For self-hosted models (Ollama, vLLM) or custom endpoints there's no UI for the base_url / timeout / token-ceiling fields, so you add an [ai] section to notebook.toml directly:

[ai]
base_url = "http://localhost:11434/v1"
model = "llama3"

This is the intended escape hatch for advanced config. Fields the [ai] section accepts:

  • api_key, use sparingly, persists in notebook.toml even for blanked sensitive keys. Prefer the Runtime panel.
  • base_url
  • model
  • max_context_tokens
  • max_output_tokens
  • timeout_seconds

Supported Providers

Any service that implements the OpenAI /v1/chat/completions endpoint works, including:

  • OpenAI (GPT-4o, GPT-4, GPT-3.5)
  • Anthropic (Claude, via their OpenAI-compatible endpoint)
  • Google (Gemini, via their OpenAI-compatible endpoint)
  • Mistral (Mistral Large, Codestral)
  • Ollama (local models)
  • vLLM, TGI, LiteLLM (self-hosted)

AI Assistant

The AI assistant is a sidebar panel (toggle with the AI Assistant button) that provides conversational access to a model. It operates outside the DAG, it doesn't create artifacts or participate in caching.

Chat Mode (Enter)

Type a message and press Enter. The assistant streams a response with full conversation context:

  • Conversation memory: prior turns are sent back to the model so follow-up questions work ("give an example of that", "now do it for column X")
  • Notebook context: the current notebook state (cell sources, variable definitions, packages) is included in every request as a system prompt
  • Cell context: optionally select a cell from the dropdown to focus the conversation on that cell's code and errors
  • Code insertion: assistant responses with fenced code blocks show an "Insert Cell" button to add the code as a new notebook cell

The conversation resets when you click "Clear" or reload the page. History is session-only (not persisted to disk).

Agent Mode (Shift+Enter)

Type an instruction and press Shift+Enter. The agent autonomously takes actions on the notebook:

Available tools:

Tool Description
get_notebook_state Read all cells, variables, and execution status
create_cell Add a new Python or prompt cell
edit_cell Modify an existing cell's source
delete_cell Remove a cell
run_cell Execute a cell and observe the result
add_package Install a Python package via uv

The agent runs as a background task with a 10-iteration limit.
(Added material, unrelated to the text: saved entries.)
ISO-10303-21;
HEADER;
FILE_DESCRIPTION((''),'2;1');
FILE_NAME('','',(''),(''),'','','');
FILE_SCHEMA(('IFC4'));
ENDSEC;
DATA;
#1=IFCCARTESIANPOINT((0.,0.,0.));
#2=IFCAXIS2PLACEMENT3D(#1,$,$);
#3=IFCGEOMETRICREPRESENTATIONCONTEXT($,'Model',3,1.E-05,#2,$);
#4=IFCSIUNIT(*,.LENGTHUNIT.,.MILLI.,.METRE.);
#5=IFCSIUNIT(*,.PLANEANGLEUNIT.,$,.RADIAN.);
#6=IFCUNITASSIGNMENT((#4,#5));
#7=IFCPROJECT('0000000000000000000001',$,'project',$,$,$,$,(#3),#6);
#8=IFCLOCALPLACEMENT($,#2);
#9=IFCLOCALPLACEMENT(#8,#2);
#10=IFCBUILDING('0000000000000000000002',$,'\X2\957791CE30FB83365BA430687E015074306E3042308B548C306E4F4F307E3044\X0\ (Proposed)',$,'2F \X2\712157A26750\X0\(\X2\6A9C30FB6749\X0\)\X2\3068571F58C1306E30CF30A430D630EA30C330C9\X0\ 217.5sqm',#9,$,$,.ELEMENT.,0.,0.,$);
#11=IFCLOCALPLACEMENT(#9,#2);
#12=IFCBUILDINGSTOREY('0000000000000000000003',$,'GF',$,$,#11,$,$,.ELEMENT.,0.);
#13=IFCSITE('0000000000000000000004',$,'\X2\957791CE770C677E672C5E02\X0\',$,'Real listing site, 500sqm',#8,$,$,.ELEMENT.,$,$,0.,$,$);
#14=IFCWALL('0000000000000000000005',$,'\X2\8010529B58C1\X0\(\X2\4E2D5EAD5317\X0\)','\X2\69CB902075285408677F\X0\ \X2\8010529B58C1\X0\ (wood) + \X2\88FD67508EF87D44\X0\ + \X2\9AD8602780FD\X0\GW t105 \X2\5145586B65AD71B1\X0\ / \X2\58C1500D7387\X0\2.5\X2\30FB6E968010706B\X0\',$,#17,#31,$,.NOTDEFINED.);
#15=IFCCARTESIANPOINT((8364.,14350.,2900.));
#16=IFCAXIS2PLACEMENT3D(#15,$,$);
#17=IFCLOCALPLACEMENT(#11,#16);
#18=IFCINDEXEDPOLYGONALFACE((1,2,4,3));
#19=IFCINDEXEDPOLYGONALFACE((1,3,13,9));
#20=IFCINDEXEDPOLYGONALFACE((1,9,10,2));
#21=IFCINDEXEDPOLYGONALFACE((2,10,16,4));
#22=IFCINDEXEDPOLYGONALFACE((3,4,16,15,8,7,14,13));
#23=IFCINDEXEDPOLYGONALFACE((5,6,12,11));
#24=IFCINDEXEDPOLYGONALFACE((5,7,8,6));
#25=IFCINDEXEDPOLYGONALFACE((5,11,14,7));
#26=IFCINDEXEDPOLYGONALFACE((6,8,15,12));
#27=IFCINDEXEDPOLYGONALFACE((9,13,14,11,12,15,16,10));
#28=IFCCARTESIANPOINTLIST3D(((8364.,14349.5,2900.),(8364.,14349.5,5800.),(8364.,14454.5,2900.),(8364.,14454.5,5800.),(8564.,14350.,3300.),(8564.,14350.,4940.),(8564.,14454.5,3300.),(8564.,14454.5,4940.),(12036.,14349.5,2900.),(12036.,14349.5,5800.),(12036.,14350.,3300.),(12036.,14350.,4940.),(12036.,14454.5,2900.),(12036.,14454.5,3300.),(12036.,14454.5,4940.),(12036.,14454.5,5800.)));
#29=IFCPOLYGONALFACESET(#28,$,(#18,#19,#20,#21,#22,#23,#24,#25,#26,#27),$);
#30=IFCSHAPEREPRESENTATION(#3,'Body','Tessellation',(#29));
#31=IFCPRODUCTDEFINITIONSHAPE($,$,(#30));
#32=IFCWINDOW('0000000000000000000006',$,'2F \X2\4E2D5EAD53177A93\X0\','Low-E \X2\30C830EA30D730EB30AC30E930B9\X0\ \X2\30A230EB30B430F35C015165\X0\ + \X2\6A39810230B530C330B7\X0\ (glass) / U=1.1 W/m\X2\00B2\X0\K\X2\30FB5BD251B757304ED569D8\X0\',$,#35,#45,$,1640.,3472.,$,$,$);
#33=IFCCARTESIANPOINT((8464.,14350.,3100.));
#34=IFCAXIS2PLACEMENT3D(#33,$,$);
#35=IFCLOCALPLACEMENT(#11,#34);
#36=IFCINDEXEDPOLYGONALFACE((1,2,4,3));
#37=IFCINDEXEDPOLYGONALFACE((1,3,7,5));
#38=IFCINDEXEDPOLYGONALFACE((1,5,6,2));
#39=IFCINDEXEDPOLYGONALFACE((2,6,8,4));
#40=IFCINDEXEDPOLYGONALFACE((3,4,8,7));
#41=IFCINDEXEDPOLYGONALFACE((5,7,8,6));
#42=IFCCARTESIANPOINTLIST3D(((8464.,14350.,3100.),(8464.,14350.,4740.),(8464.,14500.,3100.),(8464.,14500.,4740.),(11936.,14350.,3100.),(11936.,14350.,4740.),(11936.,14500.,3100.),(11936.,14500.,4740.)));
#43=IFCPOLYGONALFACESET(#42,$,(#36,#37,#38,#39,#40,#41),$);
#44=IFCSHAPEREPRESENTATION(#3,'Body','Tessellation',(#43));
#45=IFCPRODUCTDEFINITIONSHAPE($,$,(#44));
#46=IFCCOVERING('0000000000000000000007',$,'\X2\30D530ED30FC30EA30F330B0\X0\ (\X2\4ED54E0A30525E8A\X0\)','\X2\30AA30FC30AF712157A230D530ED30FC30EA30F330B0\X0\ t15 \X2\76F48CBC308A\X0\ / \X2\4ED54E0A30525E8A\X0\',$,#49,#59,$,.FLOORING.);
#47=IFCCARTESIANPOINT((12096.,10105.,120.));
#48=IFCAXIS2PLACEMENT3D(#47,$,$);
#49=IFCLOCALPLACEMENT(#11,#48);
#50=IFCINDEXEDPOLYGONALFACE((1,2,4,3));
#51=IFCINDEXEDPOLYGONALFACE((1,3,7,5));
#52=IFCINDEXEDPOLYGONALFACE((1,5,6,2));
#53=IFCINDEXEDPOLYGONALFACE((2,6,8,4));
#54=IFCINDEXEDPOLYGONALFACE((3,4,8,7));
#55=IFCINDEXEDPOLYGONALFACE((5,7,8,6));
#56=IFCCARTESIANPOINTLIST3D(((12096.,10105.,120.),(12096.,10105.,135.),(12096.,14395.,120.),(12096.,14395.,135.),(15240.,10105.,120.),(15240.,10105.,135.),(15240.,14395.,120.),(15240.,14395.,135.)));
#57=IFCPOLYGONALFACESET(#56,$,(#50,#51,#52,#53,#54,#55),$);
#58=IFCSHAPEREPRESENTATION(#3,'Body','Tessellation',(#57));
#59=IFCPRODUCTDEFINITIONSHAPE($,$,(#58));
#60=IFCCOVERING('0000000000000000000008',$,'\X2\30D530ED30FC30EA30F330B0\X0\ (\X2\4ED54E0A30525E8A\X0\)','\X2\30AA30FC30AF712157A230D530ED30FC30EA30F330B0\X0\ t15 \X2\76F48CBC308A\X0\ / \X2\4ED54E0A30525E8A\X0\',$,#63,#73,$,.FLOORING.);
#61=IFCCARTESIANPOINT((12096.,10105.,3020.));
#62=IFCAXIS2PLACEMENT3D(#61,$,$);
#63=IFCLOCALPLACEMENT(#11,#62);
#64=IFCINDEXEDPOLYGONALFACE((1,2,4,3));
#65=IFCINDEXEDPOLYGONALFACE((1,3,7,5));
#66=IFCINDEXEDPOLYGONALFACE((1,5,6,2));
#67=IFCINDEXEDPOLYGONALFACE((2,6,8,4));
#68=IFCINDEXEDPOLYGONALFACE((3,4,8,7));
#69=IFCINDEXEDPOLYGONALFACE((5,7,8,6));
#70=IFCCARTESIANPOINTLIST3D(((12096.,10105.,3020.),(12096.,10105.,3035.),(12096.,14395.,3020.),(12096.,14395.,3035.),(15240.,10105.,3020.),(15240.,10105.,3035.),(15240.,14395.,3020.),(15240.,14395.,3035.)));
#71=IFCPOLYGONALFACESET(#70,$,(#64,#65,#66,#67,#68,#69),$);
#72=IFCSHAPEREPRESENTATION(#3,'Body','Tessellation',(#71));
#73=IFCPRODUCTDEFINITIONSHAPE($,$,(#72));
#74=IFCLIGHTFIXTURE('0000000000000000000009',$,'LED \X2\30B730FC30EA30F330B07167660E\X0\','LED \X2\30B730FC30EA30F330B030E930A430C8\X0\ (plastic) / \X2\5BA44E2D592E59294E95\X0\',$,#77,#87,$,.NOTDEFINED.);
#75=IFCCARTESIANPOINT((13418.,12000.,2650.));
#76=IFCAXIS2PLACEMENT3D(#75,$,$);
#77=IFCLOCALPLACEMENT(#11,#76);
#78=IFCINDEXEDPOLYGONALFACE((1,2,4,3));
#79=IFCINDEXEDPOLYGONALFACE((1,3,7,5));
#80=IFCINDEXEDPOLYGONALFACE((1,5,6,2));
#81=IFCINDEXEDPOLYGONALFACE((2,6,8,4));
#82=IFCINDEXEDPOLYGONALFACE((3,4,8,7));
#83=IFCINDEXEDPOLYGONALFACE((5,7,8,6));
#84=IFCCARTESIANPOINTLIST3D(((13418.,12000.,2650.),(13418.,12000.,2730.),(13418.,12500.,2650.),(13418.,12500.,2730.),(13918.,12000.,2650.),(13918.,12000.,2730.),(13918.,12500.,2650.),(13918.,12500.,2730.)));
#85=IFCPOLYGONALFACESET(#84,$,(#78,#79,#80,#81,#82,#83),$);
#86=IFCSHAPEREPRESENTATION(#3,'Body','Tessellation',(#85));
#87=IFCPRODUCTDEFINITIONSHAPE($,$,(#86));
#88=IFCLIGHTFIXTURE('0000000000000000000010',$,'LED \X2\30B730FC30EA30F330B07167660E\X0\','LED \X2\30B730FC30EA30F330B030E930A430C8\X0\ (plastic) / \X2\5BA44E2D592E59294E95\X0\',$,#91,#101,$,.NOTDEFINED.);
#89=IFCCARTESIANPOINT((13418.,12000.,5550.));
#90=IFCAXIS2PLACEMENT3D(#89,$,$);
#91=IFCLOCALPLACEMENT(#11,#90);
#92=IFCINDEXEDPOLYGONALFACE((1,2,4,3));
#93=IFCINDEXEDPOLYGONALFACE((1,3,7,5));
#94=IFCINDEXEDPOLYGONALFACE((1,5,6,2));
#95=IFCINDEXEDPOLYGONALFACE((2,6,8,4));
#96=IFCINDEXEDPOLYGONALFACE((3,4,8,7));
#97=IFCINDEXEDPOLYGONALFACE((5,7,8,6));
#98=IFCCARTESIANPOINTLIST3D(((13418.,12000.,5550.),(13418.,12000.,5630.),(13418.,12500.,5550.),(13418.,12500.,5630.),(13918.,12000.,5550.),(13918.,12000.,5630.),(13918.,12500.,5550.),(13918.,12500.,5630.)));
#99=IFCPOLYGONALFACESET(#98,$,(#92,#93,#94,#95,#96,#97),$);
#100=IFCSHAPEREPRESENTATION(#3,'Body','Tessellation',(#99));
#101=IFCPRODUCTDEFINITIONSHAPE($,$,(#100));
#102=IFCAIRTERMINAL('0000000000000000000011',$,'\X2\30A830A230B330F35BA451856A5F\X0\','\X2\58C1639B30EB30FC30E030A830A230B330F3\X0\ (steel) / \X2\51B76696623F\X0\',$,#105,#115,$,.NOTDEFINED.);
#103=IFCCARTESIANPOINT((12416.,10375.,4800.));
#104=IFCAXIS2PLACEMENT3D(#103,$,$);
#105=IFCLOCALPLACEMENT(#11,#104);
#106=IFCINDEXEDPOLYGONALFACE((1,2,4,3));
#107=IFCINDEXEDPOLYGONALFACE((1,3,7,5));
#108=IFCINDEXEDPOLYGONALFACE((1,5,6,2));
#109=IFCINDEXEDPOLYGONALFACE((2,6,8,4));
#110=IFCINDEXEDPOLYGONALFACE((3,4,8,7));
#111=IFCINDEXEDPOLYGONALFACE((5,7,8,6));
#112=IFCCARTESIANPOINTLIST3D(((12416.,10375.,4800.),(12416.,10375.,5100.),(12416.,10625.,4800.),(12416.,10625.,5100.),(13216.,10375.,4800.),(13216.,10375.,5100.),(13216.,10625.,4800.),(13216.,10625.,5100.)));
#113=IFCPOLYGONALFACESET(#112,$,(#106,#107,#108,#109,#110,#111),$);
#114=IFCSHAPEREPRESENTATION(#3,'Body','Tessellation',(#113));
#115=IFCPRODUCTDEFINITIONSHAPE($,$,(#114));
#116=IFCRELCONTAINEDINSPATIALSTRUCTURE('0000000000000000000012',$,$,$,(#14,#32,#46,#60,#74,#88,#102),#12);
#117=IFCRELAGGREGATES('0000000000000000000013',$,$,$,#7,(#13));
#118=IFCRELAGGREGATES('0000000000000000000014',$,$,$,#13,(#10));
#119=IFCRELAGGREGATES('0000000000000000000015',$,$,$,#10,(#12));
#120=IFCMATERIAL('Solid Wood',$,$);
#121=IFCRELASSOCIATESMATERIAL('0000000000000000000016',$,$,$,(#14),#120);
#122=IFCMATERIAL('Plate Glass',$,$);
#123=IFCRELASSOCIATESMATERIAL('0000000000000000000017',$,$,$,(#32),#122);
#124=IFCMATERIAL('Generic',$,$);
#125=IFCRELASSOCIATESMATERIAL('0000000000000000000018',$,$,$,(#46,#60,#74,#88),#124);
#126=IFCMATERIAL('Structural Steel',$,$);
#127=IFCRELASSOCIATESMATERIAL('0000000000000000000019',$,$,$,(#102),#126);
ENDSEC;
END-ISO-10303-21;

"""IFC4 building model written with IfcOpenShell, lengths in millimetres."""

from ifc_helpers import new_model, si_unit, frame, frame_2d, origin, place, context, project, spatial, rectangle, extrude, material, element, fill, save


model = new_model("IFC4")

# Units and contexts
model_context = context("Model", 3, precision=1e-05, world=origin())
ifc_project = project(units=[si_unit("LENGTHUNIT", "METRE", prefix="MILLI"), si_unit("PLANEANGLEUNIT", "RADIAN")], contexts=[model_context])

# Site, building, storey
site_placement = place(None, origin())
site = spatial("IfcSite", under=ifc_project, at=site_placement, Name="長野県松本市", ObjectType="Real listing site, 500sqm", CompositionType="ELEMENT", RefElevation=0.0)
building_placement = place(site_placement, origin())
building = spatial("IfcBuilding", under=site, at=building_placement, Name="長野・茶室と縁側のある和の住まい (Proposed)", ObjectType="2F 無垢材(檜・杉)と土壁のハイブリッド 217.5sqm", CompositionType="ELEMENT", ElevationOfRefHeight=0.0, ElevationOfTerrain=0.0)
storey_placement = place(building_placement, origin())
storey = spatial("IfcBuildingStorey", under=building, at=storey_placement, Name="GF", CompositionType="ELEMENT", Elevation=0.0)

# Shared definitions
ifc_material_1 = material(Name="Solid Wood")

# Wall, opening, window
ifc_material_2 = material(Name="Plate Glass")
wall_1_placement = place(storey_placement, frame((8364.0, 14350.0, 2900.0)))
wall_1 = element("IfcWall", 1, at=wall_1_placement, inside=storey, material=ifc_material_1, Name="耐力壁(中庭北)", Description="構造用合板 耐力壁 (wood) + 製材軸組 + 高性能GW t105 充填断熱 / 壁倍率2.5・準耐火", PredefinedType="NOTDEFINED", context=model_context, shape_type="SweptSolid", body=[
    extrude(rectangle(XDim=3672.0, YDim=105.0, at=frame_2d((1836.0, 52.0))), frame((8364.0, 14350.0, 2900.0)), (0.0, 0.0, 1.0), 2900.0),
])
opening_1_placement = place(storey_placement, frame((8464.0, 14350.0, 3100.0)))
opening_1 = element("IfcOpeningElement", 2, at=opening_1_placement, cuts=wall_1, PredefinedType="NOTDEFINED", context=model_context, shape_type="SweptSolid", body=[
    extrude(rectangle(XDim=3472.0, YDim=150.0, at=frame_2d((1736.0, 75.0))), frame((8464.0, 14350.0, 3100.0)), (0.0, 0.0, 1.0), 1640.0),
])
window_1_placement = place(storey_placement, frame((8464.0, 14350.0, 3100.0)))
window_1 = element("IfcWindow", 3, at=window_1_placement, inside=storey, material=ifc_material_2, Name="2F 中庭北窓", Description="Low-E トリプルガラス アルゴン封入 + 樹脂サッシ (glass) / U=1.1 W/m²K・寒冷地仕様", OverallHeight=1640.0, OverallWidth=3472.0, context=model_context, shape_type="SweptSolid", body=[
    extrude(rectangle(XDim=3472.0, YDim=150.0, at=frame_2d((1736.0, 75.0))), frame((8464.0, 14350.0, 3100.0)), (0.0, 0.0, 1.0), 1640.0),
])
fill(opening_1, window_1)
Progress events appear in the panel as they happen. You can cancel a running agent with the Cancel button.

Example agent instructions:

  • "Add a cell that loads the iris dataset and prints its shape"
  • "Install pandas and create a simple data analysis"
  • "Fix the error in cell c3 and run it again"

The agent works best for additive tasks (creating new cells, installing packages). For complex refactoring, use Chat mode to discuss the approach first.